Question

$\tt \: find \:number \: of \: orered \: pairs \:( a \: b) \: such \: that \: the \: equation \: x^{2} + ax + b = 0. \: has \: rational \: roots. \\ given \: \: a \: b \: are \: the \: odd \: natural \: number.$
easy and conceptual question. solve it​

Answer 1

We're given,

$x^2+ax+b=0$ has rational roots.

The roots of ${x}^{2} + ax + b = 0$ are, $\dfrac{-a\pm\sqrt{a^2-4b}}{2}.$

In order for the roots to be rational, the discriminant, $D=a^2-4b$ shall be a perfect square.

So, for a natural number $k,$

$a^2-4b=k^2$

It is given that, a and b are odd natural numbers.

• Then, $a^2$ shall also be odd.
• And $4b$ shall be even.
• We know that, odd - even (in LHS) = odd (in RHS). Hence $k^2$ is odd.
• From here we conclude, $k$ is an odd natural number.

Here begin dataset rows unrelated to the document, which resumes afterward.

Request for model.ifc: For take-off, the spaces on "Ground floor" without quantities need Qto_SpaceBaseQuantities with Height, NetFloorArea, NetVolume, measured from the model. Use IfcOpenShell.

First a look at what the model holds.

```python
import ifcopenshell
import ifcopenshell.util.element
import ifcopenshell.util.unit

model = ifcopenshell.open("model.ifc")
print(model.schema)
for unit_type in ("LENGTHUNIT", "AREAUNIT", "VOLUMEUNIT"):
    print(unit_type, ifcopenshell.util.unit.calculate_unit_scale(model, unit_type))
storey = next(s for s in model.by_type("IfcBuildingStorey") if s.Name == "Ground floor")
spaces = [e for e in ifcopenshell.util.element.get_decomposition(storey) if e.is_a("IfcSpace")]
for e in sorted(spaces, key=lambda e: e.id()):
    print(e.id(), e.is_a(), e.Name, list(ifcopenshell.util.element.get_psets(e, qtos_only=True)), sep=" | ")
```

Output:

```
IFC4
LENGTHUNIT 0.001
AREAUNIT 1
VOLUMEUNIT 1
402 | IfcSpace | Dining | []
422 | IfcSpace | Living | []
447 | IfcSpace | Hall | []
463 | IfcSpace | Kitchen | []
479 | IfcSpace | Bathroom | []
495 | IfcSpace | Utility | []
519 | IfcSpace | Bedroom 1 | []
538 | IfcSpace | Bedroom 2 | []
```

```python
import ifcopenshell
import ifcopenshell.api.pset
import ifcopenshell.geom
import ifcopenshell.util.element
import ifcopenshell.util.shape
import ifcopenshell.util.unit

model = ifcopenshell.open("model.ifc")
unit_scale = ifcopenshell.util.unit.calculate_unit_scale(model)
area_scale = ifcopenshell.util.unit.calculate_unit_scale(model, "AREAUNIT")
volume_scale = ifcopenshell.util.unit.calculate_unit_scale(model, "VOLUMEUNIT")
settings = ifcopenshell.geom.settings()

storey = next(s for s in model.by_type("IfcBuildingStorey") if s.Name == "Ground floor")
spaces = [e for e in ifcopenshell.util.element.get_decomposition(storey) if e.is_a("IfcSpace")]

for e in sorted(spaces, key=lambda e: e.id()):
    if ifcopenshell.util.element.get_psets(e, qtos_only=True, should_inherit=False):
        continue
    # Geometry comes back in metres, in the element's own axes.
    shape = ifcopenshell.geom.create_shape(settings, e)
    values = {
        "Height": ifcopenshell.util.shape.get_z(shape.geometry) / unit_scale,
        "NetFloorArea": ifcopenshell.util.shape.get_footprint_area(shape.geometry) / area_scale,
        "NetVolume": ifcopenshell.util.shape.get_volume(shape.geometry) / volume_scale,
    }
    qto = ifcopenshell.api.pset.add_qto(model, product=e, name="Qto_SpaceBaseQuantities")
    ifcopenshell.api.pset.edit_qto(model, qto=qto, properties=values)
    print(e.id(), {k: round(v, 3) for k, v in values.items()})

model.write("model-out.ifc")
```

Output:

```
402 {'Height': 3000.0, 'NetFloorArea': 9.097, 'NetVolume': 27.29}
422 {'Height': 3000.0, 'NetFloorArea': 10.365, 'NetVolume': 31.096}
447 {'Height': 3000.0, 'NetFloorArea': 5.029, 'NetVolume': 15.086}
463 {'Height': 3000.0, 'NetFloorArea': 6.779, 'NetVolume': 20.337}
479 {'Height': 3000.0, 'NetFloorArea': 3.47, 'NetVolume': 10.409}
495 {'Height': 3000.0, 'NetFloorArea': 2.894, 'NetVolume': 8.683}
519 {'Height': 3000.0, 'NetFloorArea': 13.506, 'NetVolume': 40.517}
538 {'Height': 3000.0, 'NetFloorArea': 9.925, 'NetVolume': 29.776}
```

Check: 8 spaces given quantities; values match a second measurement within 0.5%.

$\longrightarrow a^2-k^2=4b$

$\longrightarrow (a + k)(a - k) = 4b$

Case 1:

If $(a-k)=b,$

• We know that, $a,b$ and $k$ are odd natural numbers.
• We know that, odd - odd (in LHS) = even (in RHS)
• But $b$ is odd.
• That's a contradiction.

Hence no ordered pairs of (a, b) satisfying case 1.

Case 2:

If $(a+k)=b,$

• We know that, $a,b$ and $k$ are odd natural numbers.
• We know that, odd + odd (in LHS) = even (in RHS)
• But $b$ is odd.
• That's a contradiction.

Hence no ordered pairs of (a, b) satisfying case 2.

Hence, there are no ordered pairs satisfying this condition.